Suppose $B^{x_0}_r$ is an open ball of the radius $r$ centered in $x_0$, and $mes_{n-1}(E)$ is $(n-1)$-measure of the set $E$. Assume also that $q=2n/(n+2)$ as $n>2$ and $q=3/2$ as $n=2$. We suppose one of the following conditions is fulfilled: for an arbitrary point $x_0\in F$ as $r\le r_0$ the inequality
\begin{equation}\label{g1} C_q( F\cap \overline B^{x_0}_r)\ge c_0 r^{n-q} \end{equation}
holds true or the inequality
\begin{equation}\label{g2} mes_{n -1}( F\cap \overline B^{x_0}_r)\ge c_0 r^{n-1} \end{equation}
holds, the positive constant $c_0$ does not depend on $x_0$ and $r$. Condition \eqref{g2} is universal (even for nonlinear equations).
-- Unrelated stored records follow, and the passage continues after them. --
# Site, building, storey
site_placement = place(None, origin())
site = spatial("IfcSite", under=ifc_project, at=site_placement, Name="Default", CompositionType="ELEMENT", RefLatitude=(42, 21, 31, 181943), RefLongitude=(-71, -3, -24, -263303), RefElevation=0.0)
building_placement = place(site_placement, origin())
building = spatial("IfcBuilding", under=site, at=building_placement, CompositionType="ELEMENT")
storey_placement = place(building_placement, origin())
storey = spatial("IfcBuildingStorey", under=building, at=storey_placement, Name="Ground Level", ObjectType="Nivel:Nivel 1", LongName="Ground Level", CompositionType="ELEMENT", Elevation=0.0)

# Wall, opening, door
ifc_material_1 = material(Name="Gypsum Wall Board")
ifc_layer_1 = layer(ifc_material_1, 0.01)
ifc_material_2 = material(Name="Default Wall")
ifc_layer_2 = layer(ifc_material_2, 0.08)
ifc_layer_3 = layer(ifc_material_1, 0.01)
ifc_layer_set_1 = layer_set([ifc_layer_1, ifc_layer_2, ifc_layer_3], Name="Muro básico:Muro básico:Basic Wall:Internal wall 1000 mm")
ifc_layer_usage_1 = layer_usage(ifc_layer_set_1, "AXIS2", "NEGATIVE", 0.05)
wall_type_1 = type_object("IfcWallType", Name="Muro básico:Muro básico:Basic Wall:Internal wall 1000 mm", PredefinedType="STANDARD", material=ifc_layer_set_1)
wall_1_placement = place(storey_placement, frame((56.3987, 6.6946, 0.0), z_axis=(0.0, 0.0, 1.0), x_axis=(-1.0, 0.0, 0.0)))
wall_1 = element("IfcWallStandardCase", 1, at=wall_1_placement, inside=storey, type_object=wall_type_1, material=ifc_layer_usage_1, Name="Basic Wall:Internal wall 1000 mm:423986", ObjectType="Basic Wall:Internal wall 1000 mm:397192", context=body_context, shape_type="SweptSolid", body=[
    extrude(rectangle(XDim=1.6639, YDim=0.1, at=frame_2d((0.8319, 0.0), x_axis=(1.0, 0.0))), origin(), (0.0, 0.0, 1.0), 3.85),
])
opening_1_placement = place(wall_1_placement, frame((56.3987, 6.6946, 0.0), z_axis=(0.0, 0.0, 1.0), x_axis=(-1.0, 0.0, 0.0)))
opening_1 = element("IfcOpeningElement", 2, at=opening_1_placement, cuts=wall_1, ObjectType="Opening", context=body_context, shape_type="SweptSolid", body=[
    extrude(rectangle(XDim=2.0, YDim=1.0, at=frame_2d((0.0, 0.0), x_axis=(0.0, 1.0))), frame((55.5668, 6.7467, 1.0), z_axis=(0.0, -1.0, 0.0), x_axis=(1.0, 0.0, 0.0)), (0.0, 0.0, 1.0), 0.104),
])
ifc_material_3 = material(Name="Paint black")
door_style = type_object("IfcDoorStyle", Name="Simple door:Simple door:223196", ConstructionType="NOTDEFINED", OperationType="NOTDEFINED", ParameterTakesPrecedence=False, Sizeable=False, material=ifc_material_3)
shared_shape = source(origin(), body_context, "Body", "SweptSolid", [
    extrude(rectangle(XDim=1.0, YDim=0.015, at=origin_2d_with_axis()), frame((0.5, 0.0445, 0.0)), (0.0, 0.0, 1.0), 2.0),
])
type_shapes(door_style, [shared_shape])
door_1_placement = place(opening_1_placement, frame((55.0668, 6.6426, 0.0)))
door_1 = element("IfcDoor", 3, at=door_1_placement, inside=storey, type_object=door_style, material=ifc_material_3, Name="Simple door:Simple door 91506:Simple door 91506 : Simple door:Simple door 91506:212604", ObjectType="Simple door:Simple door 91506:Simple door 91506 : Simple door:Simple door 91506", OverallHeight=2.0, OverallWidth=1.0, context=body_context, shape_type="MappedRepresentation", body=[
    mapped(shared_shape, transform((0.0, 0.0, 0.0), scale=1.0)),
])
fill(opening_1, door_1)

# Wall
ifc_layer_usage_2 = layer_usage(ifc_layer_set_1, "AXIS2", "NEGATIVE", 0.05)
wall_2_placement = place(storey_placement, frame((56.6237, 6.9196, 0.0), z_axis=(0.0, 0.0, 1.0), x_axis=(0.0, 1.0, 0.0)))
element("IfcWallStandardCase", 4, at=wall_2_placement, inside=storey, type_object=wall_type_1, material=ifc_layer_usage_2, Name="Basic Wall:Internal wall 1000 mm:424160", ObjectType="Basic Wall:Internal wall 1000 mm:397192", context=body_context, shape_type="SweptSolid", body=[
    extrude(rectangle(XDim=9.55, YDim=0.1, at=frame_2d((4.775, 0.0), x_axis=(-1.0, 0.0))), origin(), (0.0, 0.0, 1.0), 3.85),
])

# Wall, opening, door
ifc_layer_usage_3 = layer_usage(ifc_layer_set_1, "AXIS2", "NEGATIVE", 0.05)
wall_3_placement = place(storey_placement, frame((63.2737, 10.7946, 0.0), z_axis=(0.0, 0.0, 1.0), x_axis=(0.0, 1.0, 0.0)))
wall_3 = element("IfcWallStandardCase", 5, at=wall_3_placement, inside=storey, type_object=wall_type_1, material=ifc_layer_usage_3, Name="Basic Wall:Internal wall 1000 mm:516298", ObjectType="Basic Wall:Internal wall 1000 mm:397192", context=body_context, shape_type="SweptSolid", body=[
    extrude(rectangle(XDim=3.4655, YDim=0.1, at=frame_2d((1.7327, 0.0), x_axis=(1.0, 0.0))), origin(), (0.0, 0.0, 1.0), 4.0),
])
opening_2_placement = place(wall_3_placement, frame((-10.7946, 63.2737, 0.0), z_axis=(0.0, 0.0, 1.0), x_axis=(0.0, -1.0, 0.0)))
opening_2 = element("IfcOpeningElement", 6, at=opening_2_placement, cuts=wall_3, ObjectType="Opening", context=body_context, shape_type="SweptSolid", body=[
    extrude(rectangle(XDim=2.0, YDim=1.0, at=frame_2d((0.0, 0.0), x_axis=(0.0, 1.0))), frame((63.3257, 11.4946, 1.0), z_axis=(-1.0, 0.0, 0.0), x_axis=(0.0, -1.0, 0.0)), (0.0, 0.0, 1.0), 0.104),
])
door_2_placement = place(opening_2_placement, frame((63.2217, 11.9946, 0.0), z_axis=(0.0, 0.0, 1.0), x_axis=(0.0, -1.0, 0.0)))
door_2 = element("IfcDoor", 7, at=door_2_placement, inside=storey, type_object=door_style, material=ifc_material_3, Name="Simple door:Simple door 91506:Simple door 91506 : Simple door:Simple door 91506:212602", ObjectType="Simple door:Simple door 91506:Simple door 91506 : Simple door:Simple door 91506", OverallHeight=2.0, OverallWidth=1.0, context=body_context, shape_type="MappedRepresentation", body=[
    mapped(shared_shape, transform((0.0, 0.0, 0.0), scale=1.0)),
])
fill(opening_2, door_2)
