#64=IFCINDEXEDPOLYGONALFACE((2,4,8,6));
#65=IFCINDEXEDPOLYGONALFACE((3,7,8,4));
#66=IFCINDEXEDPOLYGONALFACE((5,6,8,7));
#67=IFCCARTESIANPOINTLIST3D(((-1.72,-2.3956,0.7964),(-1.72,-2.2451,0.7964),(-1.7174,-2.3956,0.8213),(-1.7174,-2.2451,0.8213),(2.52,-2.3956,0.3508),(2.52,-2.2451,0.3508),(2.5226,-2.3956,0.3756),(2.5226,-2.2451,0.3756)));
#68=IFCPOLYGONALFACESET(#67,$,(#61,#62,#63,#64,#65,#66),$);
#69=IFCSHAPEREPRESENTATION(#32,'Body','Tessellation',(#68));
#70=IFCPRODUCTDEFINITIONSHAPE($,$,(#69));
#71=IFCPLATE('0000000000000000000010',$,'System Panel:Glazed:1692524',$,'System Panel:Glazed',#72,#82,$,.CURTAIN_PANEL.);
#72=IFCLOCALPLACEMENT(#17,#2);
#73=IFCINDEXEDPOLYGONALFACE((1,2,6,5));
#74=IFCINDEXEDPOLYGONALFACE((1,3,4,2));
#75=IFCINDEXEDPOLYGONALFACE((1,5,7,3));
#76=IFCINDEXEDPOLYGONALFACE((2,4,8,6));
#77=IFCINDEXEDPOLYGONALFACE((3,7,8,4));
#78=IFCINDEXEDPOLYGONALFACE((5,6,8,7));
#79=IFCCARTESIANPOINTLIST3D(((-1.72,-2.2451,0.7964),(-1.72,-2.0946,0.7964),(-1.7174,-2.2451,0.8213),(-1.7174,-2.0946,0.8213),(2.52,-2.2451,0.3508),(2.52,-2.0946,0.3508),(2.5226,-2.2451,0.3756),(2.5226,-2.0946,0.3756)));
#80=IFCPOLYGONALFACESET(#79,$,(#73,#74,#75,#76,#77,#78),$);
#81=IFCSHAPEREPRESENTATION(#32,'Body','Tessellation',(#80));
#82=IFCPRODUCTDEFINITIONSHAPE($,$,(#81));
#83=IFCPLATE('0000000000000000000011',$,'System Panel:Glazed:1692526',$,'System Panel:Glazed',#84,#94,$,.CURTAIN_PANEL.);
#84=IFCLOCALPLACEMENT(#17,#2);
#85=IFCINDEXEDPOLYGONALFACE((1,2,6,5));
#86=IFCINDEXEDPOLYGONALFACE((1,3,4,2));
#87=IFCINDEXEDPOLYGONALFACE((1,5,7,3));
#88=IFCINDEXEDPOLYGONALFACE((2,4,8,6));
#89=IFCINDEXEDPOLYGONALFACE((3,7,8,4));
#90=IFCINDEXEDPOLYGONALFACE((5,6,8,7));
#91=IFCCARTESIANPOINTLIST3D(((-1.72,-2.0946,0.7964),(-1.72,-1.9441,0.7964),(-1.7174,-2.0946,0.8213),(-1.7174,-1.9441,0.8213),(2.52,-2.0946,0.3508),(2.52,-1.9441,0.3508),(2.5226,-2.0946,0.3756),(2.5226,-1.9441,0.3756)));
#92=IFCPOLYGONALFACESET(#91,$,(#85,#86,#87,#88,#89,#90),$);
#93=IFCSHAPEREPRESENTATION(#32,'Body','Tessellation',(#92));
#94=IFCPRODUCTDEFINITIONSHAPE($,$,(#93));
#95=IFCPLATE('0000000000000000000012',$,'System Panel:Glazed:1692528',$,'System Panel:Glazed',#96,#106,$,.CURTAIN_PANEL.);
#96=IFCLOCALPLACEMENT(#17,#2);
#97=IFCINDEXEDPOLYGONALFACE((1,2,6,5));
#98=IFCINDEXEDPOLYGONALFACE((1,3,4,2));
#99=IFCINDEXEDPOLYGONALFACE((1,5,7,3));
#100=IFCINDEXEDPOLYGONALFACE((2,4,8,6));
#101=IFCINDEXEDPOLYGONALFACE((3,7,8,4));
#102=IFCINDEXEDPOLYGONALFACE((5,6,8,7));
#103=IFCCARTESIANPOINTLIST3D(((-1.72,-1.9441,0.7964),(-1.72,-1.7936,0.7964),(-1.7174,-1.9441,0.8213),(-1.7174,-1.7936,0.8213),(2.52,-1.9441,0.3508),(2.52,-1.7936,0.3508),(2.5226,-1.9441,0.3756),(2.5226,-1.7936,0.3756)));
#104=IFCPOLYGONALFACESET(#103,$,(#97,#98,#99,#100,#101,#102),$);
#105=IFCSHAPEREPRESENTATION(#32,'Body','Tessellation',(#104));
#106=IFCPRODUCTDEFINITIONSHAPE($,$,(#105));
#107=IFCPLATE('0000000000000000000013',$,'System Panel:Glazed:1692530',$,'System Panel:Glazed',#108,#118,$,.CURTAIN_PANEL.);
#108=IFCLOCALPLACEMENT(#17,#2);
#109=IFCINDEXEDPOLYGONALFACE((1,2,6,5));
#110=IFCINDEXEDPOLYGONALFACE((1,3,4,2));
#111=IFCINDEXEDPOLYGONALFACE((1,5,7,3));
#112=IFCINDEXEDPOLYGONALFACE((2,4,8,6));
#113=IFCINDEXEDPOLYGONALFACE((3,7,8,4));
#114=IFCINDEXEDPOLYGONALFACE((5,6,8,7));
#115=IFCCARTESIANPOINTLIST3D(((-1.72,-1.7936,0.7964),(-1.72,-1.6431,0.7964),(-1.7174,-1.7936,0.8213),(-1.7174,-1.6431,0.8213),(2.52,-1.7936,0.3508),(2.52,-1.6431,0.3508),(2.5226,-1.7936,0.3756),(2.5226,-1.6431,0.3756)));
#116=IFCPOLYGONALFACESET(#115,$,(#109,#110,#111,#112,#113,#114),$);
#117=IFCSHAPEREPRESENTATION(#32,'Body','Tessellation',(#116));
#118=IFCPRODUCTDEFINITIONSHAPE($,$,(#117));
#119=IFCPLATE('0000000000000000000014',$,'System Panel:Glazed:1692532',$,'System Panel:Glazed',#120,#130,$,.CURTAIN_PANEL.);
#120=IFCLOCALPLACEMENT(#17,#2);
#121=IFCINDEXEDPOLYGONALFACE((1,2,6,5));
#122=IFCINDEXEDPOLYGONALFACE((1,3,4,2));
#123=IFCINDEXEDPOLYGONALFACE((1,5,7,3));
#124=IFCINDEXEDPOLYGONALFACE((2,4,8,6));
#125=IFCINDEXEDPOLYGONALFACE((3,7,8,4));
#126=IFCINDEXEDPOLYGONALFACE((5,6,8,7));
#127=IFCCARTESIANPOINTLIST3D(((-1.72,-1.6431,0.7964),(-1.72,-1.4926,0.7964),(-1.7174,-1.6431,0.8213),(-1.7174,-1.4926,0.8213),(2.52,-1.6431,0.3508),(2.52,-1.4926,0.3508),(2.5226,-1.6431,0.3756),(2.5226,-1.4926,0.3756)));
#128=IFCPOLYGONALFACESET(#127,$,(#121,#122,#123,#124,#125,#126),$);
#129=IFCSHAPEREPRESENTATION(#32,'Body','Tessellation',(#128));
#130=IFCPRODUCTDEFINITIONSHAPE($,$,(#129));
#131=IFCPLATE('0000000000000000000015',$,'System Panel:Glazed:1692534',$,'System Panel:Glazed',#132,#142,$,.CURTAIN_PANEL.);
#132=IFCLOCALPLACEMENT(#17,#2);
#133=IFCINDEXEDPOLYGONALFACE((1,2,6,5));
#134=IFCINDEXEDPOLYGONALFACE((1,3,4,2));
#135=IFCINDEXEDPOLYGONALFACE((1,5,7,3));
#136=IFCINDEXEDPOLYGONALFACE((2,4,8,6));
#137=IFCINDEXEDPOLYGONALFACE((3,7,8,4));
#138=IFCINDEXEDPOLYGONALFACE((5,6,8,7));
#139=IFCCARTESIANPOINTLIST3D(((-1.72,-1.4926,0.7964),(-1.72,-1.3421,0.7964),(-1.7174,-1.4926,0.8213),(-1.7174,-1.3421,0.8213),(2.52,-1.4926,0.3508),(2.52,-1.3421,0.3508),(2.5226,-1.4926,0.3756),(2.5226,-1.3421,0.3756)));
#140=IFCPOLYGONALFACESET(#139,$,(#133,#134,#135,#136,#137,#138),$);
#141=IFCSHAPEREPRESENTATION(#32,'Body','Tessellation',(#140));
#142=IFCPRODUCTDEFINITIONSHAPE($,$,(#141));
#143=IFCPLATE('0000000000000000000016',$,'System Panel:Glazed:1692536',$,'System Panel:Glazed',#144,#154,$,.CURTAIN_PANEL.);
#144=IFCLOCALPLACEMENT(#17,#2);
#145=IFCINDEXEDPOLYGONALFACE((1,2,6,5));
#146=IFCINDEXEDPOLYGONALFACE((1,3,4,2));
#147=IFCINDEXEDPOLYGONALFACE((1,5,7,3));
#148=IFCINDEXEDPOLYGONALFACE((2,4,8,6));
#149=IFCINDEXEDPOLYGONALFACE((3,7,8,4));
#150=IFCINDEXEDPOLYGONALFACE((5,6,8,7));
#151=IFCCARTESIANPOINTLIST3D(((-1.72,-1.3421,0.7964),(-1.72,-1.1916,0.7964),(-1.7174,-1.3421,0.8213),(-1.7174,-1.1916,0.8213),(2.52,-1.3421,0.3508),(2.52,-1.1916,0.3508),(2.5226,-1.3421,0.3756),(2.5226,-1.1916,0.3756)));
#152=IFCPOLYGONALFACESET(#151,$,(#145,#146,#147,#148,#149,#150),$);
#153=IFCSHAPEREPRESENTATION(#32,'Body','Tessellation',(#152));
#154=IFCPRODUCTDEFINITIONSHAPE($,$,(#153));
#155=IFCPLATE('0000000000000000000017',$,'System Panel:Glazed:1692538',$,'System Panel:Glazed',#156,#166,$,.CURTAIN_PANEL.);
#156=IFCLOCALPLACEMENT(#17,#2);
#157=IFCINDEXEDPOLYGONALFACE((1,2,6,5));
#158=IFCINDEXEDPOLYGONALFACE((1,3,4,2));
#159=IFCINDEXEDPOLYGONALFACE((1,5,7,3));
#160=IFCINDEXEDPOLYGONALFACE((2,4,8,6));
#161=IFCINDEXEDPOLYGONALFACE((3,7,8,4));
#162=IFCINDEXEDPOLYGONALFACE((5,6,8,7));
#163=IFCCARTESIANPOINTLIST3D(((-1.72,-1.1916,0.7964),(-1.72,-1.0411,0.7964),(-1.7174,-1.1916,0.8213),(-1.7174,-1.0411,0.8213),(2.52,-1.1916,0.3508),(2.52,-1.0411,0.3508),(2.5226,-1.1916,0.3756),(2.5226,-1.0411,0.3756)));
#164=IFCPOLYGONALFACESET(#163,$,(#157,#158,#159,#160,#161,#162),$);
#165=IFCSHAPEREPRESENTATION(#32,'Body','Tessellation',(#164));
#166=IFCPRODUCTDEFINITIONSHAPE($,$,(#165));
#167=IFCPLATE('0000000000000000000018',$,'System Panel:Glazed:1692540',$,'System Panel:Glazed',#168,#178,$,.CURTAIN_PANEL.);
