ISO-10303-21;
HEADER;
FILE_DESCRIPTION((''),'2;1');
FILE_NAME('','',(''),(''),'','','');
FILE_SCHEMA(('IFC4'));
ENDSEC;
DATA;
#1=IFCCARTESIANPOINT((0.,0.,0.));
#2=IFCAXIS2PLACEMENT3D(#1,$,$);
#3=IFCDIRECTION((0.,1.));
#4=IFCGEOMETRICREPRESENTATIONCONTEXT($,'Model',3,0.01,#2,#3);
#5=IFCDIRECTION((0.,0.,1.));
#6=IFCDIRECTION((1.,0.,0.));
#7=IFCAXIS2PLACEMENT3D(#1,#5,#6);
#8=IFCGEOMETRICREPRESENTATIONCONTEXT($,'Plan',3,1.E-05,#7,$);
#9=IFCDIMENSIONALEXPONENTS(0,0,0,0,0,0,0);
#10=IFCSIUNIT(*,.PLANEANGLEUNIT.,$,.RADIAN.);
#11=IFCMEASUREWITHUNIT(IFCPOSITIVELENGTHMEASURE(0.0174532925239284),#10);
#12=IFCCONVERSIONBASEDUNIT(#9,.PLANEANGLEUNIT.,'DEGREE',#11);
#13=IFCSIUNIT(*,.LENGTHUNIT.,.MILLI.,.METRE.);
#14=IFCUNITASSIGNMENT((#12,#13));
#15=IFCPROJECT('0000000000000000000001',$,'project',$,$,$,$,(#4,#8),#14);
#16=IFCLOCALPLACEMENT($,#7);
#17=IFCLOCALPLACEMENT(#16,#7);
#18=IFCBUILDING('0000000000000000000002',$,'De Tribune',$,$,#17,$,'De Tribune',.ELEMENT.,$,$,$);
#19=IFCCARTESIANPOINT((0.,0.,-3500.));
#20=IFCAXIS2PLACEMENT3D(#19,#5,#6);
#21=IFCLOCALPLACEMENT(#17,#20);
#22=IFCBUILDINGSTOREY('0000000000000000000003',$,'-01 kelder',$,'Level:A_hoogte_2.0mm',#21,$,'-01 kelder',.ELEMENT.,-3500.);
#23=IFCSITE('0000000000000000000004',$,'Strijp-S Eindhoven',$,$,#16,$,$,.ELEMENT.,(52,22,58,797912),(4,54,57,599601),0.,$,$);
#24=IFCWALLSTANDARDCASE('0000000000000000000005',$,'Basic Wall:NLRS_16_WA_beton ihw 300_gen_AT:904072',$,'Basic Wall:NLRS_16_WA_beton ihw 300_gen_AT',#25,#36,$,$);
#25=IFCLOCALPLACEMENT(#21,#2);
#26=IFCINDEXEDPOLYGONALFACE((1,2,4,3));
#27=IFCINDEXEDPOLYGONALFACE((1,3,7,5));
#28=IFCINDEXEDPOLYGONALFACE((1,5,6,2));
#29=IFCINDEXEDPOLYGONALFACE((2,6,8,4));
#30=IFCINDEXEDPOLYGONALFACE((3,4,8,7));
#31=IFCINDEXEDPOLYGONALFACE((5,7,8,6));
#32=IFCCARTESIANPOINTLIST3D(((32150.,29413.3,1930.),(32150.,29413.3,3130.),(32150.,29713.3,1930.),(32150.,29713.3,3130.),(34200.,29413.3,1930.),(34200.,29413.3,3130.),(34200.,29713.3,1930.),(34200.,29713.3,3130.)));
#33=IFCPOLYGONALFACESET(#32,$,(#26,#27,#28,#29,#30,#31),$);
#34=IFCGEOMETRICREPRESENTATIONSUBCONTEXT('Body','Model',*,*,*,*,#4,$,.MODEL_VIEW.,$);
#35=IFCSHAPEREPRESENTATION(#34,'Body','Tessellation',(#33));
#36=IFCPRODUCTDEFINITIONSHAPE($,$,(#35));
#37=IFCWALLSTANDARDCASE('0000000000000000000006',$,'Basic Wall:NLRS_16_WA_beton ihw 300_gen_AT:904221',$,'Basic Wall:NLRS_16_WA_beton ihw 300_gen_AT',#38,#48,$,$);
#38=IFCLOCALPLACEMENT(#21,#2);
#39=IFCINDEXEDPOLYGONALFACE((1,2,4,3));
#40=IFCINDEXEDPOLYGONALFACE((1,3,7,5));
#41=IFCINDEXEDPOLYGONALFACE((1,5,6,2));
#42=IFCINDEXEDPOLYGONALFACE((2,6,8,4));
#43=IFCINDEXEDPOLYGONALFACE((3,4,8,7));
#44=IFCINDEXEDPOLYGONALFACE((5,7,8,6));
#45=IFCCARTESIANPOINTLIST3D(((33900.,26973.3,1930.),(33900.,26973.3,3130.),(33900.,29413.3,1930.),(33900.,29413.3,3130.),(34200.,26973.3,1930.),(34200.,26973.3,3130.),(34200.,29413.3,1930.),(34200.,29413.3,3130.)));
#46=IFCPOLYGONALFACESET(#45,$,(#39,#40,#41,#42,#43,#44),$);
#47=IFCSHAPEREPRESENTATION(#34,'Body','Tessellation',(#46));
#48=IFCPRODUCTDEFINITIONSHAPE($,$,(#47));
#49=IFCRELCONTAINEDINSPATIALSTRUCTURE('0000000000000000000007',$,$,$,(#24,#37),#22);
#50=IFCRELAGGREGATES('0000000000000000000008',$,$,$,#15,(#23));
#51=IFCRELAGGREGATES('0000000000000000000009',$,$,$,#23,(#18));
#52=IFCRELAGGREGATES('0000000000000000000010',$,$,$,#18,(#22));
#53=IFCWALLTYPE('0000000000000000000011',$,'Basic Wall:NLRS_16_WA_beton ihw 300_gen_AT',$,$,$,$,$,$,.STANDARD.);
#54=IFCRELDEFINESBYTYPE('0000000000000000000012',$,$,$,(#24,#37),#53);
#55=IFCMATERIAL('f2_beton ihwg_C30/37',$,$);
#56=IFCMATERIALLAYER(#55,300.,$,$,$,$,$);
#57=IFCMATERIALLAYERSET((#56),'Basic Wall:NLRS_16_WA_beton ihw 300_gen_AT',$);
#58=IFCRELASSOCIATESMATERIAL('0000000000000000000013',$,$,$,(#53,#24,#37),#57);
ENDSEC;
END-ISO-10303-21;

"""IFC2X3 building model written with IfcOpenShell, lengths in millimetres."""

from ifc_helpers import new_model, entity, si_unit, converted_unit, direction, frame, frame_2d, origin, origin_with_axes, place, context, subcontext, project, spatial, rectangle, extrude, material, layer, layer_set, layer_usage, type_object, element, save


model = new_model("IFC2X3")

# Units and contexts
model_context = context("Model", 3, precision=0.01, world=origin(), true_north=direction((0.0, 1.0)))
plan_context = context("Plan", 3, precision=1e-05, world=origin_with_axes())
body_context = subcontext(model_context, "Body", "Model", "MODEL_VIEW")
ifc_project = project(units=[converted_unit("PLANEANGLEUNIT", "DEGREE", entity("IfcPositiveLengthMeasure", 0.0174532925239284), si_unit("PLANEANGLEUNIT", "RADIAN"), dimensions=[0, 0, 0, 0, 0, 0, 0]), si_unit("LENGTHUNIT", "METRE", prefix="MILLI")], contexts=[model_context, plan_context])

# Site, building, storey
site_placement = place(None, origin_with_axes())
site = spatial("IfcSite", under=ifc_project, at=site_placement, Name="Strijp-S Eindhoven", CompositionType="ELEMENT", RefLatitude=(52, 22, 58, 797912), RefLongitude=(4, 54, 57, 599601), RefElevation=0.0)
building_placement = place(site_placement, origin_with_axes())
building = spatial("IfcBuilding", under=site, at=building_placement, Name="De Tribune", LongName="De Tribune", CompositionType="ELEMENT")
storey_placement = place(building_placement, frame((0.0, 0.0, -3500.0), z_axis=(0.0, 0.0, 1.0), x_axis=(1.0, 0.0, 0.0)))
storey = spatial("IfcBuildingStorey", under=building, at=storey_placement, Name="-01 kelder", ObjectType="Level:A_hoogte_2.0mm", LongName="-01 kelder", CompositionType="ELEMENT", Elevation=-3500.0)

# Walls
ifc_material = material(Name="f2_beton ihwg_C30/37")
ifc_layer = layer(ifc_material, 300.0)
ifc_layer_set = layer_set([ifc_layer], Name="Basic Wall:NLRS_16_WA_beton ihw 300_gen_AT")
ifc_layer_usage_1 = layer_usage(ifc_layer_set, "AXIS2", "POSITIVE", -150.0)
wall_type = type_object("IfcWallType", Name="Basic Wall:NLRS_16_WA_beton ihw 300_gen_AT", PredefinedType="STANDARD", material=ifc_layer_set)
wall_1_placement = place(storey_placement, frame((32150.0, 29563.3, 1930.0), z_axis=(0.0, 0.0, 1.0), x_axis=(1.0, 0.0, 0.0)))
element("IfcWallStandardCase", 1, at=wall_1_placement, inside=storey, type_object=wall_type, material=ifc_layer_usage_1, Name="Basic Wall:NLRS_16_WA_beton ihw 300_gen_AT:904072", ObjectType="Basic Wall:NLRS_16_WA_beton ihw 300_gen_AT", context=body_context, shape_type="SweptSolid", body=[
    extrude(rectangle(XDim=2050.0, YDim=300.0, at=frame_2d((1025.0, 0.0), x_axis=(-1.0, 0.0))), origin(), (0.0, 0.0, 1.0), 1200.0),
])
ifc_layer_usage_2 = layer_usage(ifc_layer_set, "AXIS2", "NEGATIVE", 150.0)
wall_2_placement = place(storey_placement, frame((34050.0, 26973.3, 1930.0), z_axis=(0.0, 0.0, 1.0), x_axis=(0.0, 1.0, 0.0)))
element("IfcWallStandardCase", 2, at=wall_2_placement, inside=storey, type_object=wall_type, material=ifc_layer_usage_2, Name="Basic Wall:NLRS_16_WA_beton ihw 300_gen_AT:904221", ObjectType="Basic Wall:NLRS_16_WA_beton ihw 300_gen_AT", context=body_context, shape_type="SweptSolid", body=[
    extrude(rectangle(XDim=2440.0, YDim=300.0, at=frame_2d((1220.0, 0.0), x_axis=(-1.0, 0.0))), origin(), (0.0, 0.0, 1.0), 1200.0),
])

save(model, "model.ifc")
Theorem. If $f\in L_{2+\delta_0}(D)$, where $\delta_0>0$, then there exist positive constants $\delta(n,\delta_0)<\delta_0$ and $C$, such that for a solution to the problem \eqref{2} the estimate
\begin{equation}\label{t} \int\limits_{D}|\nabla u|^{2+\delta}dx\leq C\int\limits_{D}|f|^{2+\delta}\ dx, \end{equation}
holds, where $C$ depends only on $\delta_0$, the dimension $n$, constant $c_0$ from \eqref{g1} and \eqref{g2}, and also the constant $r_0$.
$\bullet$ Case of $p$-elliptic equation ($p>1$).
A. If $1< p \le n$, then the following condition is assumed to hold: for an arbitrary point $x_0\in F$ for $r\le r_0$, the condition \eqref{g1} is true.
B. If $p> n$, then the set $F$ is assumed to be nonempty: $F\neq \emptyset$.
Theorem. If $f\in L_{p'+\delta_0}(\Omega)$, where $\delta_0>0$, then there exist positive constants $\delta(n, p,\delta_0)<\delta_0$ and $C$, such that for a solution to the problem \eqref{2} the estimate
\begin{equation}\label{tm} \int\limits_{\Omega}|\nabla u|^{p+\delta}dx\leq C\int\limits_{\Omega}|f|^{p'(1+\delta/p)}\ dx, \end{equation}
holds, where $C$ depends only on $p$, $\delta_0$, the dimension $n$, constant $c_0$ from \eqref{g1} and \eqref{g2}, and also the constant $r_0$.